Posted on June 12, 2011 I Written By

Katherine Rourke is a healthcare journalist who has written about the industry for 30 years. Her work has appeared in all of the leading healthcare industry publications, and she's served as editor in chief of several healthcare B2B sites.

The other day I was at a conference where several EMR industry insiders presented on user interface issues. I’ll confess, I was expecting the usual defensiveness — “our user interface is just fine, it’s just that our users don’t understand it” — but instead heard a lot of earnest discussion about the problems with today’s EMR UIs. The problem is, none of them seemed have any clearly-defined ideas on how those problems will be addressed.

Speakers at the conference, who included vendor reps, clinicians, academics and more, did seem to agree that few EMRs had achieved satisfactory usability. More than one cited research suggesting that many EMR interfaces just don’t cut it.

If there could be said to be any consensus, it was that usability standards were at best a slippery issue and at worst, might force development in the wrong direction by measuring the wrong thing. One speaker noted that even if clinicians were satisfied with a system’s UI, this might not be the best way to study its value, as it doesn’t mean that the system is particularly efficient.

But that could be a bit of a cop-out. According to a HIMSS paper from 2009, there are several methods which could emerge as front-running approaches to measuring usability and efficiency (which, it seems, are too often addressed separately).

Interestingly, the HIMSS authors said that two completely unrelated safety programs might provide some  insight into improving developing EMR usability standards:

* The National Highway Traffic Safety Administration Child Safety Seat Usability Rating Program

According to HIMSS, this program offers several lessons, including that the NHTSA spent two years to develop the program, that  it collected data to see how well its ratings were working, and that officials have been flexible enough to change their standards as the market changes.

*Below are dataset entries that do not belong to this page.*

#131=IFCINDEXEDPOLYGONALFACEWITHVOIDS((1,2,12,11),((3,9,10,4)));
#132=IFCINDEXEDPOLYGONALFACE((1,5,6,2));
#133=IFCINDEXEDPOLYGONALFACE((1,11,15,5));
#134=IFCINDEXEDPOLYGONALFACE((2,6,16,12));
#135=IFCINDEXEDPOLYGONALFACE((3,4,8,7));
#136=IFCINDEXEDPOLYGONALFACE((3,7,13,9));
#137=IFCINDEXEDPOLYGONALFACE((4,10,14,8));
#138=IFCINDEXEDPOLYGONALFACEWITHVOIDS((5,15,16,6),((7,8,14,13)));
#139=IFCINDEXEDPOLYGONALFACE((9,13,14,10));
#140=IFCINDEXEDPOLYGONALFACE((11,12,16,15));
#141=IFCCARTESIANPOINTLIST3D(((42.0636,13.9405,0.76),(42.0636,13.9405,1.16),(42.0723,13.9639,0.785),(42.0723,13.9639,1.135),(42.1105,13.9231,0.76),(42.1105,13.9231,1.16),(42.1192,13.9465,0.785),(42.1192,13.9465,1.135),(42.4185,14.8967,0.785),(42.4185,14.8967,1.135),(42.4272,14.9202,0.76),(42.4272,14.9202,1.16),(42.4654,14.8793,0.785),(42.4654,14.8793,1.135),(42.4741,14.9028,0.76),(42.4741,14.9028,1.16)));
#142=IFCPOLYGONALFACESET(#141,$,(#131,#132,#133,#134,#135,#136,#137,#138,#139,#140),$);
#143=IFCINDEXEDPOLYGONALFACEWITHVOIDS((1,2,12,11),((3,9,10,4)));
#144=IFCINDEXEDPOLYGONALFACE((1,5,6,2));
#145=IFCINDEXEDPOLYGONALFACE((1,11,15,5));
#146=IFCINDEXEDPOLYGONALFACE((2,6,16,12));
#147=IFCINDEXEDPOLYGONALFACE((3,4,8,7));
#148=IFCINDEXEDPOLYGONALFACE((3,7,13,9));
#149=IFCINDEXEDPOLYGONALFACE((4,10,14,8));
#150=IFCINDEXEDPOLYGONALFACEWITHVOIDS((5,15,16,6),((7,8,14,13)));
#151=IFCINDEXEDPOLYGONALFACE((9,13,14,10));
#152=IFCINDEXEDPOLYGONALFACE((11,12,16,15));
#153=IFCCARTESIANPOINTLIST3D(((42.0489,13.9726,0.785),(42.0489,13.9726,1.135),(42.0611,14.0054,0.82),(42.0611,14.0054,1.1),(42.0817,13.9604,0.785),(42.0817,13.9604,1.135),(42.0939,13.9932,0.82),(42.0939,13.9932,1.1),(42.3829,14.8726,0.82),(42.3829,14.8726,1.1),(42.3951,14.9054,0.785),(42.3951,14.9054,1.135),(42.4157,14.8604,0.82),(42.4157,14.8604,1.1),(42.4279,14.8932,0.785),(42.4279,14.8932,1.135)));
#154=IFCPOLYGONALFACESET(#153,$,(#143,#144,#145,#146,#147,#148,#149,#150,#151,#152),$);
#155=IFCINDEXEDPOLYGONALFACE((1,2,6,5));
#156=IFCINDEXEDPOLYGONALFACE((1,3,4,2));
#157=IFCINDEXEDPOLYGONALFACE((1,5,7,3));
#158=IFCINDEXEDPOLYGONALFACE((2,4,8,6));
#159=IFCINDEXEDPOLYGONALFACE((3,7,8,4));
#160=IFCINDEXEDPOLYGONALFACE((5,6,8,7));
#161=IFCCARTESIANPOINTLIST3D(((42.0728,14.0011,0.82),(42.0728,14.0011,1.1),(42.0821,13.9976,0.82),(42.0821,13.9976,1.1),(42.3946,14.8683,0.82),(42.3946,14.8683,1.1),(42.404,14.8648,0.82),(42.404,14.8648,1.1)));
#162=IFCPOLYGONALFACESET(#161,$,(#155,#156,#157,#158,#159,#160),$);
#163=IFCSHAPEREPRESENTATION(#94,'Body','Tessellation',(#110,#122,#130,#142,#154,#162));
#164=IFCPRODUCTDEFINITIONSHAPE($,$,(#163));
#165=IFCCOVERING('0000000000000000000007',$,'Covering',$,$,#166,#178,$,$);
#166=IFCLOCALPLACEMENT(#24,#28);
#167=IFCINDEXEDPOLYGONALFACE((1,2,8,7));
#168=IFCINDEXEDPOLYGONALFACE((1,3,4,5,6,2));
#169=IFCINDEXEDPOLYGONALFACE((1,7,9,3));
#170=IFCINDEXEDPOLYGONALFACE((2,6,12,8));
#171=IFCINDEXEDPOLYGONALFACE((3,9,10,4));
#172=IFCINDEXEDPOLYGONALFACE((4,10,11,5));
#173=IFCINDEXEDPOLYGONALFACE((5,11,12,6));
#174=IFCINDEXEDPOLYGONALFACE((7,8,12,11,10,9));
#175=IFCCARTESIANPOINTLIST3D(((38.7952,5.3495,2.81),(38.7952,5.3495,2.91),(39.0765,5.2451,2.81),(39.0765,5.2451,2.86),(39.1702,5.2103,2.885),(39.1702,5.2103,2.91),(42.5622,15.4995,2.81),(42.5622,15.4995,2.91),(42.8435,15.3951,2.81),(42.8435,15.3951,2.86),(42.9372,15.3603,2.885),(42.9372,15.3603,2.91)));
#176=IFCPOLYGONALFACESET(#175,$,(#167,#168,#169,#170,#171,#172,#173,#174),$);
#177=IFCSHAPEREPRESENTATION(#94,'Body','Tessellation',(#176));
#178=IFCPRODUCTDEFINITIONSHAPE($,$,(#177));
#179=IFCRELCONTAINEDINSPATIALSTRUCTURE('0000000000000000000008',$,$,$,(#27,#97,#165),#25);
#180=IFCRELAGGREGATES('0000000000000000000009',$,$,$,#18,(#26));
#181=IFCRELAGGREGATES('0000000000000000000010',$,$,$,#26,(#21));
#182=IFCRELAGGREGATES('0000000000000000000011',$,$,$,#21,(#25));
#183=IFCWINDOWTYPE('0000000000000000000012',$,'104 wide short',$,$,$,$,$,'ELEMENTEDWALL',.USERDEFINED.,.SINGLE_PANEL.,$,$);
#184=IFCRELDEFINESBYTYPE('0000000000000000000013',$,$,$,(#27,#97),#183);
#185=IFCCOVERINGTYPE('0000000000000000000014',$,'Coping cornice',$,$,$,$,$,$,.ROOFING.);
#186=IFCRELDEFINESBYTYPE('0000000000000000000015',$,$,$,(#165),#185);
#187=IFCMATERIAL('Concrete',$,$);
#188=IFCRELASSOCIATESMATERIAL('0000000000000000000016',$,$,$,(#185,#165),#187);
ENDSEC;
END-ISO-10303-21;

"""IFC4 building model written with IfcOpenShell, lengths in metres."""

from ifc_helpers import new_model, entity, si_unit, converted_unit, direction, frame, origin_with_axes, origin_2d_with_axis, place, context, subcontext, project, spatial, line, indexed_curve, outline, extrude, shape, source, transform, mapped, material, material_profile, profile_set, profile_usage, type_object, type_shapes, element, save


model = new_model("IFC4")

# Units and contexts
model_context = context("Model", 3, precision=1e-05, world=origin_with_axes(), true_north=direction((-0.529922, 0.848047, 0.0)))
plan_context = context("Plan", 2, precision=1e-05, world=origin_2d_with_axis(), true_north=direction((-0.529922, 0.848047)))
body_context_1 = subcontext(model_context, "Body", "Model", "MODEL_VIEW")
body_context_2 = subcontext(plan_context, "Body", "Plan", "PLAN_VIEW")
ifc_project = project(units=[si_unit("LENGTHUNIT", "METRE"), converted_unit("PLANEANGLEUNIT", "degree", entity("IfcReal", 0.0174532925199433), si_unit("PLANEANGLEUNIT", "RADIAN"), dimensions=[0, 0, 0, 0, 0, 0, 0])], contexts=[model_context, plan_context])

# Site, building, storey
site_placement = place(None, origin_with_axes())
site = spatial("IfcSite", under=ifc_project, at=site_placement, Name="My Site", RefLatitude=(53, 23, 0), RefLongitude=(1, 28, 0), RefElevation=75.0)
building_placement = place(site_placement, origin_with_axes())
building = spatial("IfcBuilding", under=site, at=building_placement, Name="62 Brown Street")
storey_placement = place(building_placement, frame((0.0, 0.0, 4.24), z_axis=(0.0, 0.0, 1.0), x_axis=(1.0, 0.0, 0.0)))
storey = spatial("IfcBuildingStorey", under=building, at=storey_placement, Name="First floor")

* FDA and Human Factors Regulation and Guidelines for Device Manufacturers

As some of you may know, the FDA requires device manufacturers to follow Human Factors regs. HIMSS researchers argued that a few aspects of this program can be applied to directly to setting EMR  usability standards, including the requirement that the manufacturer be educated in Human Factors, that manufacturers should adhere to standards set by other standards bodies as well as their own, and that manufacturers must be able to prove Human Factors compliance at any stage of the inspection process.

Folks, I don’t know if the anti-standards talk I heard at the conference was just a bunch of posturing, or whether developing usability standards is a great idea, but this is certainly a hot issue. Where do you stand?  Can the EMR industry benefit from an externally- or even internally-developed set of usability standards, or are there better ways to spend development time?